Thanks sid I live in southern california can you get them here where did you get yours?


----------



## ftorres (Jul 10, 2007)

*Centi*

Hello,
Keep your centi in dryer conditions, change the substrate for new and try not to keep uneaten food in the container.
regards

Where did you find it?
Which Pet Store?
WHich State?

regards
FT


----------



## beetleman (Jul 10, 2007)

man, i'd love to get 1 i had 1 similar(or maybe the same sp.) to that 1 they called it "giant blueleg" it was about 7 yrs ago they were availible at the time,mine got to 8" and was very thick. a very awesome pede:clap:


----------



## edesign (Jul 10, 2007)

yeah, dry conditions generally kill off mites...but don't let it go TOO long in a dry environment. However, speaking from personal experience with my E. trigonopodus...3-4 weeks without any misting or other humidifying agents won't quite kill them, but the 'pede won't like it much either, thought I had accidentally killed it when I did it to mine (long story, it's posted on the forum...if you want to read about it you can do a search for "trigonopodus" and my screen name).
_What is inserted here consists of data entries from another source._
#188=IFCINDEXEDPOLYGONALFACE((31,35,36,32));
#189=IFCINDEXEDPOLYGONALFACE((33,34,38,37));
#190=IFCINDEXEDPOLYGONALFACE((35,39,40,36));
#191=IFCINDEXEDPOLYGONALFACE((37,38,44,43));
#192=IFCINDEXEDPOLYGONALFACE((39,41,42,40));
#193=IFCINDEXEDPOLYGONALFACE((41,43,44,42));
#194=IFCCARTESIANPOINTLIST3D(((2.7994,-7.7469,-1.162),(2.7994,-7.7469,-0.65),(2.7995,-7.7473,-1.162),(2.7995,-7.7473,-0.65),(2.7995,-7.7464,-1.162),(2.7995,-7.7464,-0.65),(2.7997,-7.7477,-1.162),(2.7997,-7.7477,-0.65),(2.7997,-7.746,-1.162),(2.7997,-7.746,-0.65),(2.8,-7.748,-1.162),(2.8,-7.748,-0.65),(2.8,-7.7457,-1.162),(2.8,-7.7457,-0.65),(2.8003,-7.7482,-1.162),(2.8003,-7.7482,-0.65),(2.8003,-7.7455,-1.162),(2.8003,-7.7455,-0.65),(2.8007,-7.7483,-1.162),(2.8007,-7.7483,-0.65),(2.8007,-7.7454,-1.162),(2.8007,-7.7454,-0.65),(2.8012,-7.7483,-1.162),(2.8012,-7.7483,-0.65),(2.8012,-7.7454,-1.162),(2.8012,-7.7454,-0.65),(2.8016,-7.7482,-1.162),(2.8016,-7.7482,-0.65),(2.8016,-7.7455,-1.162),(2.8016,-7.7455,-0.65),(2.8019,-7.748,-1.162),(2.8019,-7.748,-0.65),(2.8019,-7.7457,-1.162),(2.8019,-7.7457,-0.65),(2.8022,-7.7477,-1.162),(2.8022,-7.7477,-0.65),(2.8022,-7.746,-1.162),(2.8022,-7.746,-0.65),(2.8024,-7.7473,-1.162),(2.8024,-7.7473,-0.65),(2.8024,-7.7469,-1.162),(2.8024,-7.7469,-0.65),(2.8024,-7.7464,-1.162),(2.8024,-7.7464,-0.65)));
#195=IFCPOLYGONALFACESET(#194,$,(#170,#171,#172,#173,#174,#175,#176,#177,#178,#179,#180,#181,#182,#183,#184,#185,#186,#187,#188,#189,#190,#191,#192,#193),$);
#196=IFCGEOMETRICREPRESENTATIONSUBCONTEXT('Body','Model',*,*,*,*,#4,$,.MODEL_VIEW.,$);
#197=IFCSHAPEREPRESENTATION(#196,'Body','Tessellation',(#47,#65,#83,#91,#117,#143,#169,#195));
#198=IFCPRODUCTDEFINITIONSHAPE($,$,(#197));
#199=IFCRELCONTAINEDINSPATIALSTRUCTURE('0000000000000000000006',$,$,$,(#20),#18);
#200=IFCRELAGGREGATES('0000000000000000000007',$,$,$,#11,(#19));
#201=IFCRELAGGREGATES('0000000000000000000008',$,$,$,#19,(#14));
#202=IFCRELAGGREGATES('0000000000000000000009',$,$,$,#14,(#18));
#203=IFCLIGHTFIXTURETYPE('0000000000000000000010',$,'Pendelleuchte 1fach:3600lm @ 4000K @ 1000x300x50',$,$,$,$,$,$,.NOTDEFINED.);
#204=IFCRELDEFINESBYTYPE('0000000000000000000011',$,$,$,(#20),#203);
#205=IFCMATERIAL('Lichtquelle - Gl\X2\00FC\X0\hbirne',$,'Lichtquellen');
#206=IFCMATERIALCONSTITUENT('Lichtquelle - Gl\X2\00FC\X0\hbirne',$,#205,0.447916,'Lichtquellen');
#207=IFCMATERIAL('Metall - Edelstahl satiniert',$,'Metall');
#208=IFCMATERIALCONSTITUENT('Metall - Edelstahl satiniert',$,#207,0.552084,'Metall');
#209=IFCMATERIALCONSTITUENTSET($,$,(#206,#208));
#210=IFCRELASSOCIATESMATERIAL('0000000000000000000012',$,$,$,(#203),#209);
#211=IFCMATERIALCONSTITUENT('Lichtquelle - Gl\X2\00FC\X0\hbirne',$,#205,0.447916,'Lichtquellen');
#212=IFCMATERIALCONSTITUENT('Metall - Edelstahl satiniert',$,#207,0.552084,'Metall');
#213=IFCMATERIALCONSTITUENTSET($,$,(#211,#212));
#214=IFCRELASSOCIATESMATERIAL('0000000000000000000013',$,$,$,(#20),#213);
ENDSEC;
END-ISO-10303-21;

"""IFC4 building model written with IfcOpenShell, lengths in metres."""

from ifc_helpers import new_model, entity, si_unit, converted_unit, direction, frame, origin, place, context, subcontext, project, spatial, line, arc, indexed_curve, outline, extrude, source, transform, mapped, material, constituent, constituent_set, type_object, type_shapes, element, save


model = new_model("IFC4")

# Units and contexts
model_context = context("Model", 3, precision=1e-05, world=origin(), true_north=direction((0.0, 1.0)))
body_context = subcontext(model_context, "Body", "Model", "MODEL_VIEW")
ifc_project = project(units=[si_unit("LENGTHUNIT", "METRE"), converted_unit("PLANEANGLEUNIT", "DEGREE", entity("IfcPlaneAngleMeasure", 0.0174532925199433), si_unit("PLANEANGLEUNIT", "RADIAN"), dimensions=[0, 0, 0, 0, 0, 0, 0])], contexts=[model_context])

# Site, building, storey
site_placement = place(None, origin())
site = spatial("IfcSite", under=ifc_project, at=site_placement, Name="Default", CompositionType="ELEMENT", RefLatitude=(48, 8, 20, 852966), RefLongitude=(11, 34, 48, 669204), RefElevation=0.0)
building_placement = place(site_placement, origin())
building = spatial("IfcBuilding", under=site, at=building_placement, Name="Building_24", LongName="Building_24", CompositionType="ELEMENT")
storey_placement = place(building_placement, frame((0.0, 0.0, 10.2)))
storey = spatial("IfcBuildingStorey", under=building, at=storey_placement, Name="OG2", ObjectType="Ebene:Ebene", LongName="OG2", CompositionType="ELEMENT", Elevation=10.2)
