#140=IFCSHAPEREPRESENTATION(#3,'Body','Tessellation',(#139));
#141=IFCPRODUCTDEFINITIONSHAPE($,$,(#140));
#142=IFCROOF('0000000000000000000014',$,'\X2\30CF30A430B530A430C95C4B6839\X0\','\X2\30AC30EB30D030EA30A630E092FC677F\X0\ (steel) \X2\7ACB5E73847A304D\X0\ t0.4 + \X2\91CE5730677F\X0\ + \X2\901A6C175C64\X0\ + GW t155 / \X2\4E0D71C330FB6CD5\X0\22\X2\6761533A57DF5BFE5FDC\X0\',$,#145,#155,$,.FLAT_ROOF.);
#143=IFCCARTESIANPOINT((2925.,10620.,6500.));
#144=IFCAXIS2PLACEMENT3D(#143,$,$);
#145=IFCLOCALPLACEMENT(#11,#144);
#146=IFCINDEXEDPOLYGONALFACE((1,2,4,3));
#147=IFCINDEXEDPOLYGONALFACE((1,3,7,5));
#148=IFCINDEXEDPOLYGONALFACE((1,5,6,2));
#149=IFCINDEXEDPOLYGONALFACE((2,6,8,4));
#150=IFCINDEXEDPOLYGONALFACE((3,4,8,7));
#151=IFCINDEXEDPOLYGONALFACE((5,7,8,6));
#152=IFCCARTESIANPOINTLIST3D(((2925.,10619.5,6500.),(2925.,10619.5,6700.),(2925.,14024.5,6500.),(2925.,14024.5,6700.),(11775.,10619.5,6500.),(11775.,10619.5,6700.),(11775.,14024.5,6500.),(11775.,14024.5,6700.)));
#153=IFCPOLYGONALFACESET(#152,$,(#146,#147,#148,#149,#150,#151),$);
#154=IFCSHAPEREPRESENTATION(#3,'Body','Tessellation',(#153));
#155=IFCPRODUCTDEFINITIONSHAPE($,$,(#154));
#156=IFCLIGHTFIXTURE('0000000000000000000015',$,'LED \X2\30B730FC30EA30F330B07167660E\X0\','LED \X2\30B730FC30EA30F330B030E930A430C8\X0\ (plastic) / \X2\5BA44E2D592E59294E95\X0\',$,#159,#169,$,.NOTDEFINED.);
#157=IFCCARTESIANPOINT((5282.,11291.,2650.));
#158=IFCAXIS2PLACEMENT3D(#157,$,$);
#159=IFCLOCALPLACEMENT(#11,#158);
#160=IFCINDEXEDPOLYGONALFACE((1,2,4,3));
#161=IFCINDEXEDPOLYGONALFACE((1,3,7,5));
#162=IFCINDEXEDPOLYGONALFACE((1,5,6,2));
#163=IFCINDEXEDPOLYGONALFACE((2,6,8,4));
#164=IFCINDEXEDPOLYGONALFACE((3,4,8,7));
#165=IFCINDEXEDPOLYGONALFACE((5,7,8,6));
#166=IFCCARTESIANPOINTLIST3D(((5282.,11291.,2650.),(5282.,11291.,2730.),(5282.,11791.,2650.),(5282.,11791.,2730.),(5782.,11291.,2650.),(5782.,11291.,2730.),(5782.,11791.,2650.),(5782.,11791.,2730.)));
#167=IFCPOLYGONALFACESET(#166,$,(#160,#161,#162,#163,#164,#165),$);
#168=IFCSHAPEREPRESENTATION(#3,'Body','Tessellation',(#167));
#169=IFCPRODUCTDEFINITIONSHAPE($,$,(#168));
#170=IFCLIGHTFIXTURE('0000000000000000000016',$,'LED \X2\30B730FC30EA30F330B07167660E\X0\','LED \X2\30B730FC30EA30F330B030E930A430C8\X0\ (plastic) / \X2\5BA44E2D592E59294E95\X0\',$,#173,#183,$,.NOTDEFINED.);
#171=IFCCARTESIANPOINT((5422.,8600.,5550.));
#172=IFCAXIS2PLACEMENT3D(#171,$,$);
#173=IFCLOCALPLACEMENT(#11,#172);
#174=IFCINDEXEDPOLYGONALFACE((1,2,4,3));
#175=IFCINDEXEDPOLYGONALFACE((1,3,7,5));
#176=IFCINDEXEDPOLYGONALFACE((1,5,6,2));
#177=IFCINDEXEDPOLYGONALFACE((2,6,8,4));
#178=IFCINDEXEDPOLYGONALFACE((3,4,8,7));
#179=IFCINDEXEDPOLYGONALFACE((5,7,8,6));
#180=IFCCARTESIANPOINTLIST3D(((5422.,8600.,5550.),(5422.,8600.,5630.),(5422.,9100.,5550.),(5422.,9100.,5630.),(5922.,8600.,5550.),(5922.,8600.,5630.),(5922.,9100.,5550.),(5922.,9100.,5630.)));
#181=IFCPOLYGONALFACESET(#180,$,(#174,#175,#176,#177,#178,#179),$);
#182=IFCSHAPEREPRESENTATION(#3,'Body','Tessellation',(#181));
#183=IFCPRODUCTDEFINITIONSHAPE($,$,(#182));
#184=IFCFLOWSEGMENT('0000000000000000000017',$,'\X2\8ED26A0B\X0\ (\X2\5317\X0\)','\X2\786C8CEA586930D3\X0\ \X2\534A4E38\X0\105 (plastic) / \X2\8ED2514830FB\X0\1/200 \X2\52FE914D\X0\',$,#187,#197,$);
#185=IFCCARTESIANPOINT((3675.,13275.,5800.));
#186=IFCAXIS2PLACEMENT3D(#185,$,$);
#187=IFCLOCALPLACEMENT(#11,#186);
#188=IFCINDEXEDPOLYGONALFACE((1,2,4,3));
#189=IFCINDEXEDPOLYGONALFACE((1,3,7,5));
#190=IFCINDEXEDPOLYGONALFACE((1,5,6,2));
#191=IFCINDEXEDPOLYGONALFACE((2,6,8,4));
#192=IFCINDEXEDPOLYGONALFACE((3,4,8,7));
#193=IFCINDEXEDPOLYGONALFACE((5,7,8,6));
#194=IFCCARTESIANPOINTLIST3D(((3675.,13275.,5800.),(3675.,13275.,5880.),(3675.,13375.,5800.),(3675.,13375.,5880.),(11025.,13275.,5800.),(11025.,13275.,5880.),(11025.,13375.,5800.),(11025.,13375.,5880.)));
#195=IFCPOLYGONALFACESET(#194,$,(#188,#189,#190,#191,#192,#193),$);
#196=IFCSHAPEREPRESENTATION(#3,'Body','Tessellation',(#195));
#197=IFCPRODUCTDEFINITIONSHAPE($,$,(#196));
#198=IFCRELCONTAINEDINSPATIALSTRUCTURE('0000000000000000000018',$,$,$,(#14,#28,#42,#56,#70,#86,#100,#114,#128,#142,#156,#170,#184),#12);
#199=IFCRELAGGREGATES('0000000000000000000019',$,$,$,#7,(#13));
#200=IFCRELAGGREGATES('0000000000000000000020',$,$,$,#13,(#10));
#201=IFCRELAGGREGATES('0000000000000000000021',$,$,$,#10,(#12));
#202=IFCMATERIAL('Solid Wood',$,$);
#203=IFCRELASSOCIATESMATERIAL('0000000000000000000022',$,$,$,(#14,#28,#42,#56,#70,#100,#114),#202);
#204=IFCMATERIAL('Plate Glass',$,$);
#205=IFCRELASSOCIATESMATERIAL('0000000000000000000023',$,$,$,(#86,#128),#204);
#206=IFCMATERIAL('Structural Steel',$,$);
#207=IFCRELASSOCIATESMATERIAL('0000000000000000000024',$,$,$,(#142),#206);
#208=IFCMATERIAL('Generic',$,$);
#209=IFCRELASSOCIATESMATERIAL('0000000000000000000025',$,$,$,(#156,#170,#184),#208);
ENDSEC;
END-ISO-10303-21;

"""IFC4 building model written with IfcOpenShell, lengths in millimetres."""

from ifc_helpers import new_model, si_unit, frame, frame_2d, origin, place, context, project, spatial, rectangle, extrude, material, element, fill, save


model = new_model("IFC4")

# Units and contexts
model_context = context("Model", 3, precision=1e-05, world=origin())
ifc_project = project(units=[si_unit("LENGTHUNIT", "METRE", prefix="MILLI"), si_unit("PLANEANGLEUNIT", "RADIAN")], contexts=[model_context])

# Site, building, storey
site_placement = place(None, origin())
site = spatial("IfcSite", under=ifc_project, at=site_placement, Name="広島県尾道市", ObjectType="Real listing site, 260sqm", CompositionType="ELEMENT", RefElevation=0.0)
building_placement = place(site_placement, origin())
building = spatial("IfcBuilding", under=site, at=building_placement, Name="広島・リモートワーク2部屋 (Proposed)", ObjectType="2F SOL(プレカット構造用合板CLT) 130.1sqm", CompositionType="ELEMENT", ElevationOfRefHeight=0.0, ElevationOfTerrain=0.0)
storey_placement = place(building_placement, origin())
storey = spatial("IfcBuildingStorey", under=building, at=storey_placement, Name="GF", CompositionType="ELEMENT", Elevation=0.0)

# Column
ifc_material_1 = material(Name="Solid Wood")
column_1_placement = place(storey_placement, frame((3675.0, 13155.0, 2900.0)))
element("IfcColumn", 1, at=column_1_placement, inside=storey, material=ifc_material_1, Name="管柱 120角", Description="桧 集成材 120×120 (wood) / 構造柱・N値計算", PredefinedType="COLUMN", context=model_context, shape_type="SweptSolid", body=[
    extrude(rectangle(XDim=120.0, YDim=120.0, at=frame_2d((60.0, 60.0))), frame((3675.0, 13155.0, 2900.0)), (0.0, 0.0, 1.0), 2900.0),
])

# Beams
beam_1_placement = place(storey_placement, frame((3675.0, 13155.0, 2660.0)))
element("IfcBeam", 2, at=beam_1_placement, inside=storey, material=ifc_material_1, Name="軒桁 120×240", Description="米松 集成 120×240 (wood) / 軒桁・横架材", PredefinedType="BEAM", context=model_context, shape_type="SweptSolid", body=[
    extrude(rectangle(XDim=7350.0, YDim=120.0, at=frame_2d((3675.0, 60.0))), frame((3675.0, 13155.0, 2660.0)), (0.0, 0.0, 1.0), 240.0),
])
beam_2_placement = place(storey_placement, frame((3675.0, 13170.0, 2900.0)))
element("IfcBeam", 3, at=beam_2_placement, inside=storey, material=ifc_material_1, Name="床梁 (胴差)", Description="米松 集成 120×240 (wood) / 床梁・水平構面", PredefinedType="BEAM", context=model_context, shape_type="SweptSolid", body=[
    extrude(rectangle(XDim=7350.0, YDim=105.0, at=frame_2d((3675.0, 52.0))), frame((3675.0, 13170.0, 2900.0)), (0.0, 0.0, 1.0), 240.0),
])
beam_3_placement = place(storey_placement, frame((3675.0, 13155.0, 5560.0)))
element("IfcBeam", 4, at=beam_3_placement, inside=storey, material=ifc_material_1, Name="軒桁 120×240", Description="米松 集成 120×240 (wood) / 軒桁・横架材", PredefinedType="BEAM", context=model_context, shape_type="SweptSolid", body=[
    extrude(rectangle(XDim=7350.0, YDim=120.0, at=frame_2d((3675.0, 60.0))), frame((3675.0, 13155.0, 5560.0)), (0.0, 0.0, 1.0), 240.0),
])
Although, predatory mites would be a much safer alternative.


----------



## SgrigS (Jul 10, 2007)

How do I get these mites??


----------



## edesign (Jul 10, 2007)

forum search results for "predatory mites":

http://www.arachnoboards.com/ab/search.php?searchid=871627

your answer should lie within


----------



## ragnew (Jul 11, 2007)

Nice looking Pede! 

There are several different online sites that sell the Hypoaspis miles (pred. mites), but I'd probably just go with the drying out method.

I recently purchased predatory mites and each and every one of them came in dead. I don't think I'll ever buy them again. It was too expensive to risk the same thing happening a second time.

Just my two pennies.


----------



## cacoseraph (Jul 12, 2007)

justGreg said:


> Spracles visible on T7 and T8 so it must by Ethmostigmus, Rhysida or Alluropus.
> This last one in known only from Vietnam.
> Rhysida has cribriform spiracles and floor of the atrium of spiracle with raised humps.
> For me it looks like some Ethmostigmus spec, but only known from Africa species of Ethmostigmus is E. trigonopodus, which AFAIK has 4 bold antenomers, this one on the photo has only 3.
> But I can be wrong.


looks like Ethmostigmus to me, too. the terminal legs look like my trigonopodus


regarding antennomeres: remember, if a centipede regenerates an antenna then the antennomere counts can get messed up. also remember, some species have antennomeres that are "half" sparsely and thickly hirsute. i think E. trigo' is one that has half hirsuteness


i think justGreg has well passed me on centipede knowledge. nice, dude


----------